My husband, Johns story. He is my second husband, and dad to Jason [Though we have been together since Rose was one].
Since being together, he has slowly gained weight, untill he too is now around 400lb. He is depressed -VERY depressed. He drinks a lot too, but his drinking brings health issues. He drinks, then binges on food [bad food], then vomits violently and gets bad indigestion for ages [sometimes days]He also gets the runs and messes himself a bit. Then he goes into a shit sleep, wakes up the next day feeling a physical wreck, sits around or sleeps on the couch till he can drink again.  He drinks to feel better about how he feels about himself. He works in a factory, 3-4 days a week. 12hr shifts
Our combined drinking creates problems with paying our large bills. Though he doesn't tell me he's cut into the bill money until we've drunk half of it. I'd like to blame him for that, but deep down i know we are drinking bill money.
It's a vicious cycle. We cant stop without the other, and yet we bait each other. I have tried AA meetings. But they did nothing for me.
Neither of us get mean when we drink. I think i'm funny, and john goes to sleep.

Then there is the kids. They are growing up and will soon be leaving home, one by one. I LIVE for my kids. All my other choices are based around them. I would do anything for my kids! But one of my biggest problems with John is, he doesn't spent any time with the kids and doesn't want to. He's happy to spend time with them, until he has to put effort in, or get off the couch or computer to do so. So sitting together while we have dinner, is spending time with the kids, in his eyes. Or letting them tag along when he goes to the supermarket occasionally. Never purposeful, one on one, quality time.
Then he complains that the kids are growing up so fast. I cant even put into words how much this pisses me off!
John has no passion in life. We have not been intimate at all since last July - not through lack of my trying. Things heated up for a bit, then.... nothing.. He has no interest beyond the computer or sleeping on the couch. He doesn't want to do anything or go anywhere... ever. Our house is falling apart and he has no interest in fixing it.

I just don't know how we are existing like this. Sometimes i honestly feel as though we are together because it's easier for either of us, than moving out.
Only a few short years ago, i was so in love with John. When i heard his car in the drive, my heart fluttered. His smile was like a flash of dazzle, and he made me feel like our little family was all that mattered in the world. How quickly the fairy tale fades.....

I'm a realist. I dont expect fireworks for the whole duration of a marriage. There's ups & downs, and it's even normal to not even like your partner some days.
But in order for any relationship to work, both sides have to work at it, or at least be willing. That's isnt happening here. I have even left John for a few days, to think about stuff, not knowing if i'd be back other than to get the kids. But John talked the talk and promised the right things. I came back, and he forgot everything he promised immediately. But i love John, & i'm not a quitter with people i love.

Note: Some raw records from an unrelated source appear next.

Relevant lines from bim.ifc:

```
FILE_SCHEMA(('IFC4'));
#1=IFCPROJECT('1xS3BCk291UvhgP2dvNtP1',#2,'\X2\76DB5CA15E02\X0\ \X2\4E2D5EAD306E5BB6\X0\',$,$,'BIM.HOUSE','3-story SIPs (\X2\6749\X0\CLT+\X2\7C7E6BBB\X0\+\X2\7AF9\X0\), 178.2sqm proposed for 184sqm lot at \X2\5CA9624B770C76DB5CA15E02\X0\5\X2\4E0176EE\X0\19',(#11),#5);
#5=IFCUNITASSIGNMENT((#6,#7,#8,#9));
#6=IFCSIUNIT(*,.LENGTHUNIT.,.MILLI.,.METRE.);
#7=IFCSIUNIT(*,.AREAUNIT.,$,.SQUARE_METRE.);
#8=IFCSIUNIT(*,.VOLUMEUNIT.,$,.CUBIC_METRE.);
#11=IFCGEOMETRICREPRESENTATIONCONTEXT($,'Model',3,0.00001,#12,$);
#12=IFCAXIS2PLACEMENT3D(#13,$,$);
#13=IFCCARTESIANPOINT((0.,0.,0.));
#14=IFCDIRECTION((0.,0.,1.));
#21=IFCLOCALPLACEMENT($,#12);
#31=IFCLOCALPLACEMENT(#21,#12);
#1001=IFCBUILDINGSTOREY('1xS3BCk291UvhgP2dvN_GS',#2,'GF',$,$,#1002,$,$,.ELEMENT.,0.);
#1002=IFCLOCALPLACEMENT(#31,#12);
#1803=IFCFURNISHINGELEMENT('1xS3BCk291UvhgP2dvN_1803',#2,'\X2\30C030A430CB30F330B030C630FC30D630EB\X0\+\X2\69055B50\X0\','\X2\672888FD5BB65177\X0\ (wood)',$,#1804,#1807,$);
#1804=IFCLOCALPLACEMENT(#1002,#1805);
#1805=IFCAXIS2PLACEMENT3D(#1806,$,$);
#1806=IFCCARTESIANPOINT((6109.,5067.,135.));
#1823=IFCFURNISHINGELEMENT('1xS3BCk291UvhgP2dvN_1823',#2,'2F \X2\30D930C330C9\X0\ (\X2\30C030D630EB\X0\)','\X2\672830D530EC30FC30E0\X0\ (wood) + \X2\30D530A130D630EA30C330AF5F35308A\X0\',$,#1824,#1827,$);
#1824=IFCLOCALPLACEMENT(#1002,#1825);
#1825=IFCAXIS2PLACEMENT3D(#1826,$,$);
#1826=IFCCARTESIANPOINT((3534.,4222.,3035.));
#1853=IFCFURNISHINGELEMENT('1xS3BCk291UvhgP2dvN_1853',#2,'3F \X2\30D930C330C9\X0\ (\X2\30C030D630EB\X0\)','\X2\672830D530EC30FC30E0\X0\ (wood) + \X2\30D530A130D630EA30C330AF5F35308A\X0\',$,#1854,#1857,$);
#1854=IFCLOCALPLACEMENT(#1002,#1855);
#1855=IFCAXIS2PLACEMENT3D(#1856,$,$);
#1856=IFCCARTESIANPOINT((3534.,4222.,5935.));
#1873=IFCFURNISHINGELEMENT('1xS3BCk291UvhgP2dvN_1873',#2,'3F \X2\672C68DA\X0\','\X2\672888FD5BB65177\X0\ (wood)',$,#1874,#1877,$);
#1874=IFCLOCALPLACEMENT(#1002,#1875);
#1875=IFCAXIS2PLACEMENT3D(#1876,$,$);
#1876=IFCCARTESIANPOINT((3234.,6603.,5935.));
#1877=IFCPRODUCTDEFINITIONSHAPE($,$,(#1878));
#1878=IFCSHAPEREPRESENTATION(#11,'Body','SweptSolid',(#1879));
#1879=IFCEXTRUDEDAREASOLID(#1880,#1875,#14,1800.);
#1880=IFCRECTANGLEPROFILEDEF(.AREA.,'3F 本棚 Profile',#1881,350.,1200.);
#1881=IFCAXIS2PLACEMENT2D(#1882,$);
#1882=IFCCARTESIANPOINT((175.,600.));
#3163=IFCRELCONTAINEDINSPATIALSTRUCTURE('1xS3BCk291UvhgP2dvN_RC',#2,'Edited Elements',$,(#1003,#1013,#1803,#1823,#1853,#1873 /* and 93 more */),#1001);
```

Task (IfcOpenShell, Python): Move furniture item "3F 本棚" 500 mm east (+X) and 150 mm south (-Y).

```python
import ifcopenshell
import ifcopenshell.api.geometry
import ifcopenshell.util.placement

model = ifcopenshell.open("bim.ifc")

item = model.by_guid("1xS3BCk291UvhgP2dvN_1873")
matrix = ifcopenshell.util.placement.get_local_placement(item.ObjectPlacement)
matrix[0, 3] += 500.0
matrix[1, 3] -= 150.0
ifcopenshell.api.geometry.edit_object_placement(model, product=item, matrix=matrix, is_si=False)

print(ifcopenshell.util.placement.get_local_placement(item.ObjectPlacement).round(3) + 0.0)

model.write("bim_edited.ifc")
```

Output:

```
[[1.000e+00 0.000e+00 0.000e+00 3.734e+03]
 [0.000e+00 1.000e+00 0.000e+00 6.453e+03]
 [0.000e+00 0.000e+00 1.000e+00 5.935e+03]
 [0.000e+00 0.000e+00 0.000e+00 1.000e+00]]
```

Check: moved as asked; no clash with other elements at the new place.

Tonight i was in the bath, and i got the idea that, God willing, I can change all this. I've always known i was the matriarch. Everyone in the family comes to me for everything. I'm the peace keeper, decision maker etc.
I feel as if God has put it on my shoulders [with His providence] to make the changes needed. This marriage can be healed, but i have to carry John, Because John can't carry himself right now.
So i got outta the bath & started this blog.

This is day one.
Tomorrow is the beginning of a new marriage.